* [Task directions]: Print the data that follows without changing a single word.
══ Available data ══
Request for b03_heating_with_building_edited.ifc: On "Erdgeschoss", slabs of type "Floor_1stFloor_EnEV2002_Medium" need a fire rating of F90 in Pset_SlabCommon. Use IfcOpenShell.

First a look at what the model holds.

```python
import ifcopenshell
import ifcopenshell.util.element

model = ifcopenshell.open("b03_heating_with_building_edited.ifc")
print(model.schema)
storey = next(s for s in model.by_type("IfcBuildingStorey") if s.Name == "Erdgeschoss")
slabs = [e for e in ifcopenshell.util.element.get_decomposition(storey) if e.is_a("IfcSlab")]
seen = {}
for e in slabs:
    element_type = ifcopenshell.util.element.get_type(e)
    key = (element_type.Name if element_type != e and element_type else None, ifcopenshell.util.element.get_pset(e, "Pset_SlabCommon", "FireRating"))
    seen[key] = seen.get(key, 0) + 1
for (name, value), count in sorted(seen.items(), key=str):
    print(count, "x", name, "|", value)
```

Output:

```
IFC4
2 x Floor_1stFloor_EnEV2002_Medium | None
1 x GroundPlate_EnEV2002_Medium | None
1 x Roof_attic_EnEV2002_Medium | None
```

```python
import ifcopenshell
import ifcopenshell.api.pset
import ifcopenshell.util.element

model = ifcopenshell.open("b03_heating_with_building_edited.ifc")

storey = next(s for s in model.by_type("IfcBuildingStorey") if s.Name == "Erdgeschoss")
slabs = [e for e in ifcopenshell.util.element.get_decomposition(storey) if e.is_a("IfcSlab")]

count = 0
for e in slabs:
    element_type = ifcopenshell.util.element.get_type(e)
    if element_type in (None, e) or element_type.Name != "Floor_1stFloor_EnEV2002_Medium":
        continue
    found = ifcopenshell.util.element.get_pset(e, "Pset_SlabCommon", should_inherit=False)
    if found:
        pset = model.by_id(found["id"])
        if len(ifcopenshell.util.element.get_elements_by_pset(pset)) > 1:
            pset = ifcopenshell.api.pset.unshare_pset(model, products=[e], pset=pset)[0]
    else:
        pset = ifcopenshell.api.pset.add_pset(model, product=e, name="Pset_SlabCommon")
    ifcopenshell.api.pset.edit_pset(model, pset=pset, properties={"FireRating": "F90"})
    count += 1

print(count, "slabs updated")

model.write("b03_heating_with_building_edited_edited.ifc")
```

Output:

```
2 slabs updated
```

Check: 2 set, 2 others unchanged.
═══
* [Finished task]:
Request for b03_heating_with_building_edited.ifc: On "Erdgeschoss", slabs of type "Floor_1stFloor_EnEV2002_Medium" need a fire rating of F90 in Pset_SlabCommon. Use IfcOpenShell.

First a look at what the model holds.

```python
import ifcopenshell
import ifcopenshell.util.element

model = ifcopenshell.open("b03_heating_with_building_edited.ifc")
print(model.schema)
storey = next(s for s in model.by_type("IfcBuildingStorey") if s.Name == "Erdgeschoss")
slabs = [e for e in ifcopenshell.util.element.get_decomposition(storey) if e.is_a("IfcSlab")]
seen = {}
for e in slabs:
    element_type = ifcopenshell.util.element.get_type(e)
    key = (element_type.Name if element_type != e and element_type else None, ifcopenshell.util.element.get_pset(e, "Pset_SlabCommon", "FireRating"))
    seen[key] = seen.get(key, 0) + 1
for (name, value), count in sorted(seen.items(), key=str):
    print(count, "x", name, "|", value)
```

Output:

```
IFC4
2 x Floor_1stFloor_EnEV2002_Medium | None
1 x GroundPlate_EnEV2002_Medium | None
1 x Roof_attic_EnEV2002_Medium | None
```

```python
import ifcopenshell
import ifcopenshell.api.pset
import ifcopenshell.util.element

model = ifcopenshell.open("b03_heating_with_building_edited.ifc")

storey = next(s for s in model.by_type("IfcBuildingStorey") if s.Name == "Erdgeschoss")
slabs = [e for e in ifcopenshell.util.element.get_decomposition(storey) if e.is_a("IfcSlab")]

count = 0
for e in slabs:
    element_type = ifcopenshell.util.element.get_type(e)
    if element_type in (None, e) or element_type.Name != "Floor_1stFloor_EnEV2002_Medium":
        continue
    found = ifcopenshell.util.element.get_pset(e, "Pset_SlabCommon", should_inherit=False)
    if found:
        pset = model.by_id(found["id"])
        if len(ifcopenshell.util.element.get_elements_by_pset(pset)) > 1:
            pset = ifcopenshell.api.pset.unshare_pset(model, products=[e], pset=pset)[0]
    else:
        pset = ifcopenshell.api.pset.add_pset(model, product=e, name="Pset_SlabCommon")
    ifcopenshell.api.pset.edit_pset(model, pset=pset, properties={"FireRating": "F90"})
    count += 1

print(count, "slabs updated")

model.write("b03_heating_with_building_edited_edited.ifc")
```

Output:

```
2 slabs updated
```

Check: 2 set, 2 others unchanged.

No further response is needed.